_Information supplied:_
------------------------------------------------------------------------

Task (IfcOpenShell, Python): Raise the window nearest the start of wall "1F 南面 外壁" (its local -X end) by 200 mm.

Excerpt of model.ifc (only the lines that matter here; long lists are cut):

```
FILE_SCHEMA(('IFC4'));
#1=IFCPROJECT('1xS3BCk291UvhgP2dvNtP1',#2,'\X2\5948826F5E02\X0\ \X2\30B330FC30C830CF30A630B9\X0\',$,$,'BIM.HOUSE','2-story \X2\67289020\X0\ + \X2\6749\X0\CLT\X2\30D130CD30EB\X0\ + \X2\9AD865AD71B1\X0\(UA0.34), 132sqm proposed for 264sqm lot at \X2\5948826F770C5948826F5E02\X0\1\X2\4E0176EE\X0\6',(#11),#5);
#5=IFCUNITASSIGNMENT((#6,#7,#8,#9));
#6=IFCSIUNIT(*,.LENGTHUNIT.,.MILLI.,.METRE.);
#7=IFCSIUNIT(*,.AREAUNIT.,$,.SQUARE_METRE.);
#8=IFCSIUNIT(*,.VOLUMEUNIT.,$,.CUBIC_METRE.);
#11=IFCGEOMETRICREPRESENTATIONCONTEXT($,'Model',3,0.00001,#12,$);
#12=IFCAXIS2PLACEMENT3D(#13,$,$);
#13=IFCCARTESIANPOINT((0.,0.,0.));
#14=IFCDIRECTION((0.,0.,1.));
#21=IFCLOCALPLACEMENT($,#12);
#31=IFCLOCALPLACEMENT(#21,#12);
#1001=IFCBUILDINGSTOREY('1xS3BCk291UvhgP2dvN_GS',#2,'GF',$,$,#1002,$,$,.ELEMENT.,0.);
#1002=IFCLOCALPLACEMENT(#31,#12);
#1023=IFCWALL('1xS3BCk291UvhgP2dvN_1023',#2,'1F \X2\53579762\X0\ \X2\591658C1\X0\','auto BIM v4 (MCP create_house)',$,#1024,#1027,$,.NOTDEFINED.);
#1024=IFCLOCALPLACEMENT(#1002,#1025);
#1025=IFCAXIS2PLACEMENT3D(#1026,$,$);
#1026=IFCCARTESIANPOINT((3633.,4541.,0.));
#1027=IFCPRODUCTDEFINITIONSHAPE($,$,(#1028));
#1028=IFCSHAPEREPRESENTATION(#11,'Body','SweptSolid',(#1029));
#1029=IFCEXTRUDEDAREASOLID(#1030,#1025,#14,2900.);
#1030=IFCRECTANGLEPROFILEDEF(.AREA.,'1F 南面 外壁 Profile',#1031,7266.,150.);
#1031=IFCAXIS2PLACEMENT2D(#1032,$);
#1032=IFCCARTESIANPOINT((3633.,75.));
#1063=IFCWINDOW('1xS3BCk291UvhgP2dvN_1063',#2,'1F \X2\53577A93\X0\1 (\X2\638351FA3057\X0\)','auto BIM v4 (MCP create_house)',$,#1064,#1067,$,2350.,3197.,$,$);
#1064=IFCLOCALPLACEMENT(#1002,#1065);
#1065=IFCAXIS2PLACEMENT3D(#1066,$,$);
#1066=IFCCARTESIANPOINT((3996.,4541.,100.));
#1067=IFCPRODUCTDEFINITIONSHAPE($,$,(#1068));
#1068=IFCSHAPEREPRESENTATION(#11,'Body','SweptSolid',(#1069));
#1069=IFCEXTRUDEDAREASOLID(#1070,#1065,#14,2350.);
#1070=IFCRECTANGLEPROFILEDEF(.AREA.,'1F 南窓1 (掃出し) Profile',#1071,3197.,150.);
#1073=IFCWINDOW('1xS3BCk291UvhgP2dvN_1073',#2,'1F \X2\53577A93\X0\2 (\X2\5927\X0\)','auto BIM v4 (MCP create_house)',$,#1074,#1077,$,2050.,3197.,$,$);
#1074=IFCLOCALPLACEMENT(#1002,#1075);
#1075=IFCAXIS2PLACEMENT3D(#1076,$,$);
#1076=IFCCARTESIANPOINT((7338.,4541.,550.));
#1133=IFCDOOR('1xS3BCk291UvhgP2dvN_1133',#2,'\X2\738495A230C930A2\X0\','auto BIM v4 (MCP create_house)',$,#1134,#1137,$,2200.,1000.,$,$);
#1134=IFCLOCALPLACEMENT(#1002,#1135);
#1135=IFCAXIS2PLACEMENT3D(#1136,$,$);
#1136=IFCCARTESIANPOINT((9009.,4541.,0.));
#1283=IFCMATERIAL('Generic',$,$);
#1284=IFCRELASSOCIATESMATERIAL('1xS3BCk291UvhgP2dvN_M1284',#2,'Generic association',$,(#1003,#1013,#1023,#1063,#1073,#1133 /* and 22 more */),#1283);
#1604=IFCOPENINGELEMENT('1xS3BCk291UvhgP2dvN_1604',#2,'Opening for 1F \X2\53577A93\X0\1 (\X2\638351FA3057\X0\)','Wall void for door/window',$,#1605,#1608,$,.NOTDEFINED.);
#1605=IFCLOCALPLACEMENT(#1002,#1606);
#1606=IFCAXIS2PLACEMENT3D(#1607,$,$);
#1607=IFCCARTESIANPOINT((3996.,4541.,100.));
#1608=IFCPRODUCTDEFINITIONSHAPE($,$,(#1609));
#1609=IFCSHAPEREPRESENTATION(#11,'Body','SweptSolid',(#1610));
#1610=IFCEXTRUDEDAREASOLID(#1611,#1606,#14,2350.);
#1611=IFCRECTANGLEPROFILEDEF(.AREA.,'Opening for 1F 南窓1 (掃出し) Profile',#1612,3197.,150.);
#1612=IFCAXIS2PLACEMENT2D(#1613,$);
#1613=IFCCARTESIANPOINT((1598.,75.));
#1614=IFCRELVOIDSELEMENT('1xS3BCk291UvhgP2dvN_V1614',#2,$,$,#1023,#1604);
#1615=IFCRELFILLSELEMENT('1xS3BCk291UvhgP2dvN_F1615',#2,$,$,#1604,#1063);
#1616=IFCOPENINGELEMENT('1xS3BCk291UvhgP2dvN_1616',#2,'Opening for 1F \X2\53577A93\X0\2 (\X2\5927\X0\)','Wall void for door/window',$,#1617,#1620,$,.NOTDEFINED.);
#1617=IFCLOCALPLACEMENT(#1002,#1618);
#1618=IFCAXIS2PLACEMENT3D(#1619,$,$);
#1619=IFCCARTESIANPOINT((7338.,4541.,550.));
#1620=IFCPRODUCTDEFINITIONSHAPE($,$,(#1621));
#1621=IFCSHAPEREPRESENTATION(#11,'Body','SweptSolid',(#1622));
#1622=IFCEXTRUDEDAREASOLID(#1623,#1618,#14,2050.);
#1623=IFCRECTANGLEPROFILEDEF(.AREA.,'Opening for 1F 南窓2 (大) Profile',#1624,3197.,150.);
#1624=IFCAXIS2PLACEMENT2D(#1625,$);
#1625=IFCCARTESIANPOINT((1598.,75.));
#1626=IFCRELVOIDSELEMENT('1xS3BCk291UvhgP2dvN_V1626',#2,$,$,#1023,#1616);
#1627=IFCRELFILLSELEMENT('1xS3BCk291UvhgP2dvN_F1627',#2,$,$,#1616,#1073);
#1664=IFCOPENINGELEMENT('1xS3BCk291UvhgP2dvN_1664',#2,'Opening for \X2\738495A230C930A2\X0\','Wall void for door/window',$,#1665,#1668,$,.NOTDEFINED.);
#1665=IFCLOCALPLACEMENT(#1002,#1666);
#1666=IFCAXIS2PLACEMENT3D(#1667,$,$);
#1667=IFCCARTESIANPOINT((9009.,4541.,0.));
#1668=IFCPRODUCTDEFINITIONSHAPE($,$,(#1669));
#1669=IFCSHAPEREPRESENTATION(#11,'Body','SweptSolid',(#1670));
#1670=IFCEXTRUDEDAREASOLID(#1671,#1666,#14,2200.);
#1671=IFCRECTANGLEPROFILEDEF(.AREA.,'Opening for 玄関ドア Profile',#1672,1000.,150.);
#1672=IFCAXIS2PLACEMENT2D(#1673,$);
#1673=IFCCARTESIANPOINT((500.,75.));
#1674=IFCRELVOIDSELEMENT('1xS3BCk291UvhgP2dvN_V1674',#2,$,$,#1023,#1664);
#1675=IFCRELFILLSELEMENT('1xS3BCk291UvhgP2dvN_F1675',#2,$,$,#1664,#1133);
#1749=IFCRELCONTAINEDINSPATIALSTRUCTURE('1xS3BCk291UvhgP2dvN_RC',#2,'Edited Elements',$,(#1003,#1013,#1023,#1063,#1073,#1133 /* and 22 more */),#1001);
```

```python
import numpy as np
import ifcopenshell
import ifcopenshell.api.geometry
import ifcopenshell.util.placement
import ifcopenshell.util.unit

model = ifcopenshell.open("model.ifc")
unit_scale = ifcopenshell.util.unit.calculate_unit_scale(model)

window = model.by_guid("1xS3BCk291UvhgP2dvN_1063")
opening = window.FillsVoids[0].RelatingOpeningElement
dz = 0.2 / unit_scale

shift = np.array([0.0, 0.0, dz])
# The window is not placed relative to its opening, so move both.
for product in (opening, window):
    matrix = ifcopenshell.util.placement.get_local_placement(product.ObjectPlacement)
    matrix[:3, 3] += shift
    ifcopenshell.api.geometry.edit_object_placement(model, product=product, matrix=matrix, is_si=False)

print(f"moved by {dz * unit_scale:+.3f} m")

model.write("model_edited.ifc")
```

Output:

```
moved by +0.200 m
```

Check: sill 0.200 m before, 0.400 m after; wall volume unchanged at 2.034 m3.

------------------------------------------------------------------------

_Directions:_ Search the listing above for the string "IFCSHAPEREPRESENTATION". Copy every line that contains it.

_Response to the exercise:_
#1028=IFCSHAPEREPRESENTATION(#11,'Body','SweptSolid',(#1029));
#1068=IFCSHAPEREPRESENTATION(#11,'Body','SweptSolid',(#1069));
#1609=IFCSHAPEREPRESENTATION(#11,'Body','SweptSolid',(#1610));
#1621=IFCSHAPEREPRESENTATION(#11,'Body','SweptSolid',(#1622));
#1669=IFCSHAPEREPRESENTATION(#11,'Body','SweptSolid',(#1670));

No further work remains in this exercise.